● What the exercise asks
Copy whichever lines of the data hold the word "subcontext".

● Input

*** Block opens ***

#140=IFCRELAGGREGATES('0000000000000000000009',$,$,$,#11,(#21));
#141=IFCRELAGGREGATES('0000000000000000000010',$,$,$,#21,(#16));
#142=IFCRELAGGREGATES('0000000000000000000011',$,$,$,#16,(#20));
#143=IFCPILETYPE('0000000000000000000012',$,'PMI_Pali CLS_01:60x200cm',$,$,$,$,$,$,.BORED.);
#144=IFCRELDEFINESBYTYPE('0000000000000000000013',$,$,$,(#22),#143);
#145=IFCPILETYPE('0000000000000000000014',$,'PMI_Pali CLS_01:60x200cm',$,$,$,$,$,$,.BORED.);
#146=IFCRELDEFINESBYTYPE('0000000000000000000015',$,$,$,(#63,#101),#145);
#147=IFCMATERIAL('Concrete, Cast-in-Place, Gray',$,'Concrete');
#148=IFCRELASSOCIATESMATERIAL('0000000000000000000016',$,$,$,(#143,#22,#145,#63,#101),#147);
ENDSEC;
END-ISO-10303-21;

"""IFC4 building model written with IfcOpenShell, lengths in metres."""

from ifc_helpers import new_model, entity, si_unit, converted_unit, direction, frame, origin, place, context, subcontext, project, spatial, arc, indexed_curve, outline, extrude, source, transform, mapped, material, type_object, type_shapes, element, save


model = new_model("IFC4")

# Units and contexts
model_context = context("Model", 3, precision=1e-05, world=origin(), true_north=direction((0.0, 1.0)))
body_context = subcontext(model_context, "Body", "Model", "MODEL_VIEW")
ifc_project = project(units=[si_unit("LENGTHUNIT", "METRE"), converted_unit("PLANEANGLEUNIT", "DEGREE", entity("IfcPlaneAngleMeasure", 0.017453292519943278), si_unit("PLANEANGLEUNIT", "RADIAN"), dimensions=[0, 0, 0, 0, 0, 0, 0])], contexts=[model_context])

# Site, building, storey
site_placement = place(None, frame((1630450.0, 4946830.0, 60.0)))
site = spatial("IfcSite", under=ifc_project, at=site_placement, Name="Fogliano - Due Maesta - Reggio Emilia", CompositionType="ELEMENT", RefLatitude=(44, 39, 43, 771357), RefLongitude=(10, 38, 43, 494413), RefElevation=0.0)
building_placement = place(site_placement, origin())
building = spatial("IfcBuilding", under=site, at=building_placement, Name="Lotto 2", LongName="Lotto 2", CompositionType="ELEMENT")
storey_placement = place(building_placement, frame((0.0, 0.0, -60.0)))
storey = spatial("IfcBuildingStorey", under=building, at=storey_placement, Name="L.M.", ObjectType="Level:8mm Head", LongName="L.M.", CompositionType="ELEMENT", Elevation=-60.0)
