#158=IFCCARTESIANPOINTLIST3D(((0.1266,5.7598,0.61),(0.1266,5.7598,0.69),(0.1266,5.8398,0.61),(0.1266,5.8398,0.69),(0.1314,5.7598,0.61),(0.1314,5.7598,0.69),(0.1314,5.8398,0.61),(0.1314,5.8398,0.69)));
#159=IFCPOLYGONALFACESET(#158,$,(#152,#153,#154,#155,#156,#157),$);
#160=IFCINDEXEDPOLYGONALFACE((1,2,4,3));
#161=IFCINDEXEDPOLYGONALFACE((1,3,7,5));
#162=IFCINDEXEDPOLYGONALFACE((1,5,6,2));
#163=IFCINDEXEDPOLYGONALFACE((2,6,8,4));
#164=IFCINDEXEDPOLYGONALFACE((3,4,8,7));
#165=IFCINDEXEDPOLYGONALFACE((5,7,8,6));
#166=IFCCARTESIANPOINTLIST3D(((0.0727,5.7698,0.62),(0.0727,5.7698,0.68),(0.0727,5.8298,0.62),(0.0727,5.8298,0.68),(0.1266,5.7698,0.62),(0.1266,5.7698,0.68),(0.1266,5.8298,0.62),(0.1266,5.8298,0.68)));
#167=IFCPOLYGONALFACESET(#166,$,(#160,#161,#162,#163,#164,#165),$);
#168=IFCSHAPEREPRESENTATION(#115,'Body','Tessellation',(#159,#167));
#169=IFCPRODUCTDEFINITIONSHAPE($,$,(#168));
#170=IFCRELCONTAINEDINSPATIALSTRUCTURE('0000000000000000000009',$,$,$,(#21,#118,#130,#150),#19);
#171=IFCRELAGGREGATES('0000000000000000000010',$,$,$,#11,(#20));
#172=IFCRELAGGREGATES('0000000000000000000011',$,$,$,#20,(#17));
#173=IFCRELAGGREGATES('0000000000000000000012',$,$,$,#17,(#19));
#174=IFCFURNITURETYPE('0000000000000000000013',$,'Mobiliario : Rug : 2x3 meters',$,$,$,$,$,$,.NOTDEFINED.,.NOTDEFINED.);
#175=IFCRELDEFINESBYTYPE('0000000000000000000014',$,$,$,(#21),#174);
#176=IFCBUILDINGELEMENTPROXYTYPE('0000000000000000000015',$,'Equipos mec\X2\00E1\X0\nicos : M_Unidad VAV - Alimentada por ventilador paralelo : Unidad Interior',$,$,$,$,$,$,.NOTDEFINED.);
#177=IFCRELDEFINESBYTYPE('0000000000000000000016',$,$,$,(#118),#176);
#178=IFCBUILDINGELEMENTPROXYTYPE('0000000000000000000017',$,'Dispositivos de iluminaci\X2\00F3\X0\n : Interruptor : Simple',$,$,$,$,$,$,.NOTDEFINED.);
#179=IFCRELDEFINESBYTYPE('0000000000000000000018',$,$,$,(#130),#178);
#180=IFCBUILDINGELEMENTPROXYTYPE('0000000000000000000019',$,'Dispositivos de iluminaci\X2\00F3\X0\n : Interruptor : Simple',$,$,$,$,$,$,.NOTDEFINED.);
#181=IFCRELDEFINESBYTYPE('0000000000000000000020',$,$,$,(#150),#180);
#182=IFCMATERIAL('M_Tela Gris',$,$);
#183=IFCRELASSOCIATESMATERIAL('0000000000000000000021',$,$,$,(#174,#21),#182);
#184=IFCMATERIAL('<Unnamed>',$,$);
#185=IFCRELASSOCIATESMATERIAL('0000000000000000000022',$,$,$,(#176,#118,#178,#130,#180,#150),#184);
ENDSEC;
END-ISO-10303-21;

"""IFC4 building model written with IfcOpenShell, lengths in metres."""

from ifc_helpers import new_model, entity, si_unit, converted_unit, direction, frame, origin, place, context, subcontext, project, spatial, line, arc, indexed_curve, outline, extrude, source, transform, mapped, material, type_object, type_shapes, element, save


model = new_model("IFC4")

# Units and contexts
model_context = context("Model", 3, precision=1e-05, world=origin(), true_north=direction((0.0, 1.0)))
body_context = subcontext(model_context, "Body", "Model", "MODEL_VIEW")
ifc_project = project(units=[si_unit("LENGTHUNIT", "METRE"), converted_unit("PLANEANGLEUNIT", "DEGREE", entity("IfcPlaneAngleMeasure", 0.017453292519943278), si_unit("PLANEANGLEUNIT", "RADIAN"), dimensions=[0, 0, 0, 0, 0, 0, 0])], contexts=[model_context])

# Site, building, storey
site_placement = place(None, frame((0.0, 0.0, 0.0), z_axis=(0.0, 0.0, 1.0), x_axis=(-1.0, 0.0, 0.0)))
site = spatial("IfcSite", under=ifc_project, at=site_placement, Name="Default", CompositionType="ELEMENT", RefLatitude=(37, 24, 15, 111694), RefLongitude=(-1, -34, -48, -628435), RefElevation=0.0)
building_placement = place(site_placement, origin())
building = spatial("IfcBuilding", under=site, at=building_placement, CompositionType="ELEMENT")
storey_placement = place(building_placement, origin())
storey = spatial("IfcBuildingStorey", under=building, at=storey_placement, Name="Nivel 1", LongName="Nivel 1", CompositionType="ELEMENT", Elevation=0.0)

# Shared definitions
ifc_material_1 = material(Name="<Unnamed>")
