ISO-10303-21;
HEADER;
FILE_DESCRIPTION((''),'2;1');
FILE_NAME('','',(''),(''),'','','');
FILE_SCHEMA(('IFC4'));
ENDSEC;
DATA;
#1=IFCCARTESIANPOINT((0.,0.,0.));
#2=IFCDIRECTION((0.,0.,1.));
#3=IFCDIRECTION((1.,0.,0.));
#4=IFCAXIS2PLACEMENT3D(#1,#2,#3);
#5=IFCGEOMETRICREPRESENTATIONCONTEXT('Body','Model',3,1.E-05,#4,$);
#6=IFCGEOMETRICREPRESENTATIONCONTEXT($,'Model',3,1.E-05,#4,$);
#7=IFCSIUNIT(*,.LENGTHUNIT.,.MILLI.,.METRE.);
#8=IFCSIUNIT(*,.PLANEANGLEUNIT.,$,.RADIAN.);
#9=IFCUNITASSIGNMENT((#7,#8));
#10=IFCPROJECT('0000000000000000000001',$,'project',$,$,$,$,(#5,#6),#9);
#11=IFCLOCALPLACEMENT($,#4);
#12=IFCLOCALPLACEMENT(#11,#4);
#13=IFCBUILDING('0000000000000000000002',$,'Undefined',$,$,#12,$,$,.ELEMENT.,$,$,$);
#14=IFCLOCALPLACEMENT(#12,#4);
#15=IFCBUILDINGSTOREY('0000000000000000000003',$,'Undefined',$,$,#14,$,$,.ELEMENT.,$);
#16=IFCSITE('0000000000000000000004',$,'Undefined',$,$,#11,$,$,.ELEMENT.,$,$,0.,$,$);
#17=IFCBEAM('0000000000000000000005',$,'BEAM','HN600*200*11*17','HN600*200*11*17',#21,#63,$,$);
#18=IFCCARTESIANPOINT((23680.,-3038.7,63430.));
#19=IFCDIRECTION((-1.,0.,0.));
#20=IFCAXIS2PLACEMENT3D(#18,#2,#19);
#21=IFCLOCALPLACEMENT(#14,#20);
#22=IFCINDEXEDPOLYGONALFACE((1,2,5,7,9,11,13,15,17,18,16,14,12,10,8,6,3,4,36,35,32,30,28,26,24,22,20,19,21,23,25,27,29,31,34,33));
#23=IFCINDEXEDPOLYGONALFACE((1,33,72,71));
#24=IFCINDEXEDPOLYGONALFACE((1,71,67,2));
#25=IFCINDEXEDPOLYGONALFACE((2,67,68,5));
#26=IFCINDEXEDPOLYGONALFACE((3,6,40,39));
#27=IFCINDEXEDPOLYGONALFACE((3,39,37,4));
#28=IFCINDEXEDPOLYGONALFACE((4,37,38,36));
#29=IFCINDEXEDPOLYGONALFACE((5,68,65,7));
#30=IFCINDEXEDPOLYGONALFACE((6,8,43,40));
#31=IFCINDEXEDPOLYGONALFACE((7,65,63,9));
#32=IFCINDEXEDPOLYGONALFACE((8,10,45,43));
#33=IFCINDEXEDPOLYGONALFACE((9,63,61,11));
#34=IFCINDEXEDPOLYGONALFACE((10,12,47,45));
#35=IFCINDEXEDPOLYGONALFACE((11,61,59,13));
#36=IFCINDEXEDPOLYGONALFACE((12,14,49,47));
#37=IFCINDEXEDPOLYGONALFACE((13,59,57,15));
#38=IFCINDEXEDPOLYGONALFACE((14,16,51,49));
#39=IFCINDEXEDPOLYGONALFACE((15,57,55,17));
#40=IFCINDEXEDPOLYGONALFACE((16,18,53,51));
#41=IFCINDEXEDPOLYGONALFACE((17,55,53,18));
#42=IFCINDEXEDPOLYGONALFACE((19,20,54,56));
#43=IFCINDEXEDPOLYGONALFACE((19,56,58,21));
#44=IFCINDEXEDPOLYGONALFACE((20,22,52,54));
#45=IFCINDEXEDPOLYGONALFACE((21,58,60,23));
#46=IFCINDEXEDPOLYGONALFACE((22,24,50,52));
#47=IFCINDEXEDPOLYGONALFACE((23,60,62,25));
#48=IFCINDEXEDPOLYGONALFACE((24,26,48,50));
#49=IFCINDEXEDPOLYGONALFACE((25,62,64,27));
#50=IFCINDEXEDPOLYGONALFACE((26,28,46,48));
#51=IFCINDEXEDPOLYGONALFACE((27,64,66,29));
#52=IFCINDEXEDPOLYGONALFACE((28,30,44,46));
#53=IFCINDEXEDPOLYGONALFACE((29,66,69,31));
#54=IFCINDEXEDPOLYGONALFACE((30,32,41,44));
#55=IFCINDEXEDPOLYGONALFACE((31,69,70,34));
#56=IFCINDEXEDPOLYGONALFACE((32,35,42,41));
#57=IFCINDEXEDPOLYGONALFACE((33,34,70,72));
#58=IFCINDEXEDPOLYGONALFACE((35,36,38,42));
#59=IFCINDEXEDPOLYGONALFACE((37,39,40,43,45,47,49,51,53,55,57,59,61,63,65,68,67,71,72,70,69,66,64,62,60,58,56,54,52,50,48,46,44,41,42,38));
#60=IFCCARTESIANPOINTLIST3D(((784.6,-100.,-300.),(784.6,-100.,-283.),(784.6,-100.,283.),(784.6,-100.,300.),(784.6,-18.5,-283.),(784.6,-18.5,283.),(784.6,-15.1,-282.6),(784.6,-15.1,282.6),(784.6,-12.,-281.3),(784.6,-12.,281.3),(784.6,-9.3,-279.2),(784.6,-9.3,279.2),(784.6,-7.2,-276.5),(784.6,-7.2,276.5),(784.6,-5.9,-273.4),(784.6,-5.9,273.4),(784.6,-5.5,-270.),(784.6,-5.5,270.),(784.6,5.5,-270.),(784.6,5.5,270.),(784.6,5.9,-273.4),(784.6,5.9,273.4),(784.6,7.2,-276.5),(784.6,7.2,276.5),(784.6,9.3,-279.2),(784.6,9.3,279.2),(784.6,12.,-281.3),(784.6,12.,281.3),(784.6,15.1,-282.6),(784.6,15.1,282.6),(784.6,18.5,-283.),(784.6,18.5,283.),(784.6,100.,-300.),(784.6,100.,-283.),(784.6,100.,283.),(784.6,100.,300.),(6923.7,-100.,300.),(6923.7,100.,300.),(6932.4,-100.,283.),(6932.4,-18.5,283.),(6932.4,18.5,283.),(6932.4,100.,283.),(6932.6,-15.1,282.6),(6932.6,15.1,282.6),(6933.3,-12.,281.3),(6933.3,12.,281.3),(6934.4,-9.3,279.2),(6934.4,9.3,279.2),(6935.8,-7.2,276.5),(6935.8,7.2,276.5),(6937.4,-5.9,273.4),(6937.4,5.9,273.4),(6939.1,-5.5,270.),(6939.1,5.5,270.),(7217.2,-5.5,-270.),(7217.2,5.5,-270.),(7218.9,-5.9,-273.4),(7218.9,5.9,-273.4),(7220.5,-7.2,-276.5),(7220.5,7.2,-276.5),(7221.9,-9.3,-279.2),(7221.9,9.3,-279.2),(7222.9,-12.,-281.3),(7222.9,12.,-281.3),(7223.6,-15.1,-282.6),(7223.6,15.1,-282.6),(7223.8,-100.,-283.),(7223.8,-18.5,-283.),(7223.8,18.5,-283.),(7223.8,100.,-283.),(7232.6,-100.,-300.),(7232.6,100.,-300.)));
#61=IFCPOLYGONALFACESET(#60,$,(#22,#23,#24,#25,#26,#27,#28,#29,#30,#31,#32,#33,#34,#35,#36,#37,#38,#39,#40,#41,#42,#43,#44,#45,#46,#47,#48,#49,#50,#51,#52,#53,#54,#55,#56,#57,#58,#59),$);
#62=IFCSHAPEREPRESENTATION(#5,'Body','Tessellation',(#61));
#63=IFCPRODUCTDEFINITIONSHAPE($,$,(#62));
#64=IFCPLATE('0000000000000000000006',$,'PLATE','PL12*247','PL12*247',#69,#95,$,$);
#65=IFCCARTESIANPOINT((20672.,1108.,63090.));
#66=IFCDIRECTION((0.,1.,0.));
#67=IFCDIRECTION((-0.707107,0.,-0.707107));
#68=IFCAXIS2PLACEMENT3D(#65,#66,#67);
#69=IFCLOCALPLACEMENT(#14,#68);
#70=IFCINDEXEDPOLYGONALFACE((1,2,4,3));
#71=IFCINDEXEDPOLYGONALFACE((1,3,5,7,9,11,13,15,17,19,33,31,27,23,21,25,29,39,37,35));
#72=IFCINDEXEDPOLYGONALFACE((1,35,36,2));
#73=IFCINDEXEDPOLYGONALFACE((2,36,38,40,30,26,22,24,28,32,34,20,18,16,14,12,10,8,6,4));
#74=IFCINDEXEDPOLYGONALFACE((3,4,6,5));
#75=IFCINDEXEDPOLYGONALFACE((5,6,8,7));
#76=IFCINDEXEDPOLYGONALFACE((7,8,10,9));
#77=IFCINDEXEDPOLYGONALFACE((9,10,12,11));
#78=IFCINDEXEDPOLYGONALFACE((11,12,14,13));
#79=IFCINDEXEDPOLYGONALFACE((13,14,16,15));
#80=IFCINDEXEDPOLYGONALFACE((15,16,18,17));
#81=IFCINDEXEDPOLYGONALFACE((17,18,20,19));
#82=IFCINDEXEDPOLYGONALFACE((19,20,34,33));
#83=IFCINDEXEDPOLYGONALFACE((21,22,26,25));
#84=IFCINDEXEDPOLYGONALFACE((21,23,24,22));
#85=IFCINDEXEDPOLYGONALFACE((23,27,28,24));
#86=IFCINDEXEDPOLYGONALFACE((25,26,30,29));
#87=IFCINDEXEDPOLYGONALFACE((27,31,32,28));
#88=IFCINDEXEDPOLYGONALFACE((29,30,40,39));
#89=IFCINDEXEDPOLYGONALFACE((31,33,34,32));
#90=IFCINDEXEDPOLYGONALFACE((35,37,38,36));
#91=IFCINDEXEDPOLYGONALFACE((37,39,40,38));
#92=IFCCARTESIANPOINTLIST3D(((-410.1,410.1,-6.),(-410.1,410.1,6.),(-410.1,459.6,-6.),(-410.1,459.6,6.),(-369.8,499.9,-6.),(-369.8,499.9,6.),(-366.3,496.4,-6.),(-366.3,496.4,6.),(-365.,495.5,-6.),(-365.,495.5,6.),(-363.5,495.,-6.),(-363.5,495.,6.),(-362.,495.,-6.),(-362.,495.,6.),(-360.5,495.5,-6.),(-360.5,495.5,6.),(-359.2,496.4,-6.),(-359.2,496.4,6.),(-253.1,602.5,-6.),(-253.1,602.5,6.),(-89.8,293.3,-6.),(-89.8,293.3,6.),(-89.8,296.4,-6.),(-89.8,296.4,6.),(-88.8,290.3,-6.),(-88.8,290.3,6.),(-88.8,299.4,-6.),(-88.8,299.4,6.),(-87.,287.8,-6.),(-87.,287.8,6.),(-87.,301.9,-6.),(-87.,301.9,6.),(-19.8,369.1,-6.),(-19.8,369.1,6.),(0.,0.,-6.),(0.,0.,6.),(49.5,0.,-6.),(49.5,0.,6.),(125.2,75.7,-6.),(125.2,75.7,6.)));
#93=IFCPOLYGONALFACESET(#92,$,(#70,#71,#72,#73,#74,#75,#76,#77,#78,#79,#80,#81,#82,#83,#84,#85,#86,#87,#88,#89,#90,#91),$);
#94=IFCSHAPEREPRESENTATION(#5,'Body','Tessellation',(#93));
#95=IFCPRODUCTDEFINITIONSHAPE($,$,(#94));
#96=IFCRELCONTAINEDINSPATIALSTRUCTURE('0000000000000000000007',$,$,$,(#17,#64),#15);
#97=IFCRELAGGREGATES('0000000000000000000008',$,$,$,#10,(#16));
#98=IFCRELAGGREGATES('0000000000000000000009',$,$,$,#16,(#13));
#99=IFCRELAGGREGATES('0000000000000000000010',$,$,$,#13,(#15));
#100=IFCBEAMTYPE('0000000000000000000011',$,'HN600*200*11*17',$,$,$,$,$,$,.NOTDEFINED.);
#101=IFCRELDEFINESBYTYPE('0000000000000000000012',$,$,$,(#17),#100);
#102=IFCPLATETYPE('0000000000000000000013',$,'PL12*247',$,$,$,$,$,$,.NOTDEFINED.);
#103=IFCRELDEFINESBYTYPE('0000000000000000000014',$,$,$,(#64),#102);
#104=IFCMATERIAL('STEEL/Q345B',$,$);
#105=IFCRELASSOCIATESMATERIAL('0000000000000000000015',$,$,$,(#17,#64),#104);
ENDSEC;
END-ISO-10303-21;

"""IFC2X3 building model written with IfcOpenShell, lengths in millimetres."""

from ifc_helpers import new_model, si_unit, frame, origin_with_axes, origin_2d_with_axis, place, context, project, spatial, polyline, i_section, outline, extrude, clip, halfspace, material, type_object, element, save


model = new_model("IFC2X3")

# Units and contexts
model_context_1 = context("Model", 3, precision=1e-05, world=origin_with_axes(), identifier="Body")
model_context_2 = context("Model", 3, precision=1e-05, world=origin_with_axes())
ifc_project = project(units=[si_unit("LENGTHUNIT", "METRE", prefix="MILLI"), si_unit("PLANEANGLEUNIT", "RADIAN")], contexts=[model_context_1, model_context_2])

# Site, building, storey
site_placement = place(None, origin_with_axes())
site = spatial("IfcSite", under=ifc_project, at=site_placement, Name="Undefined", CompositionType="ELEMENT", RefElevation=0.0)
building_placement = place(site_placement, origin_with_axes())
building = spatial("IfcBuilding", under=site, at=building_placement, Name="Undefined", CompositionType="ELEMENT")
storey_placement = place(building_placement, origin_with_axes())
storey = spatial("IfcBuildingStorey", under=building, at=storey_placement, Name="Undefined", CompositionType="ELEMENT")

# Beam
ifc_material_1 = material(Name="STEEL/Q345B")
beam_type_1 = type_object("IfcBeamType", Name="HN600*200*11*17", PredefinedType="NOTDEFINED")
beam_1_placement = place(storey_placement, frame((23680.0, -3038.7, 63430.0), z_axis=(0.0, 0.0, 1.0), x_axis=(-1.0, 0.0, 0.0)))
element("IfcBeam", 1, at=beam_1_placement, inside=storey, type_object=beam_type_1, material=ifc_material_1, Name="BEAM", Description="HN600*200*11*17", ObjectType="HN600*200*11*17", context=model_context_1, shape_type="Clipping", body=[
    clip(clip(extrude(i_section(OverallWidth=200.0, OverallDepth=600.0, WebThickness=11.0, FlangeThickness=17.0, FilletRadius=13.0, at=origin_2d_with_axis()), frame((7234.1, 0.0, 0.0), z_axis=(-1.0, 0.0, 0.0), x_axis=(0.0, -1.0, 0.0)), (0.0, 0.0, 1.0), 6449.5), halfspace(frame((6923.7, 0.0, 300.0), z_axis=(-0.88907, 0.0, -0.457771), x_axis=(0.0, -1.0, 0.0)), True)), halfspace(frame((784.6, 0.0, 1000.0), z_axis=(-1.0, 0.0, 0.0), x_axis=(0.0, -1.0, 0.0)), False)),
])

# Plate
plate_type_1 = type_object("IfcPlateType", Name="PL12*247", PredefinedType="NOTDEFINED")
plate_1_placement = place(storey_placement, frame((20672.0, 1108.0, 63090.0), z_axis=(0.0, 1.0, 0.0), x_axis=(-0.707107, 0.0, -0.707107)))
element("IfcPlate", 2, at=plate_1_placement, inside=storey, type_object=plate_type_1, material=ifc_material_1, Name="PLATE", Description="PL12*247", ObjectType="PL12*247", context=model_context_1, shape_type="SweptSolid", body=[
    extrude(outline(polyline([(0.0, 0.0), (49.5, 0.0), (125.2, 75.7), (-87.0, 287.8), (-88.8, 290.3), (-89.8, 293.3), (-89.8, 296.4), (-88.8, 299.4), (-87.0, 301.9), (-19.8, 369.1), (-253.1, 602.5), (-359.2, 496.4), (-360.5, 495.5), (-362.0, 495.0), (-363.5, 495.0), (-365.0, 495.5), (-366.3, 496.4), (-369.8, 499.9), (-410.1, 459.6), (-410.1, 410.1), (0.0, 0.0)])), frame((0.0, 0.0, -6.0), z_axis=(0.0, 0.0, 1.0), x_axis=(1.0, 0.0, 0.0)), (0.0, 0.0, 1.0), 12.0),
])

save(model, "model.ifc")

*** Block closes ***

● Solution for this exercise
from ifc_helpers import new_model, entity, si_unit, converted_unit, direction, frame, origin, place, context, subcontext, project, spatial, arc, indexed_curve, outline, extrude, source, transform, mapped, material, type_object, type_shapes, element, save
body_context = subcontext(model_context, "Body", "Model", "MODEL_VIEW")
from ifc_helpers import new_model, entity, si_unit, converted_unit, direction, frame, origin, place, context, subcontext, project, spatial, line, arc, indexed_curve, outline, extrude, source, transform, mapped, material, type_object, type_shapes, element, save
body_context = subcontext(model_context, "Body", "Model", "MODEL_VIEW")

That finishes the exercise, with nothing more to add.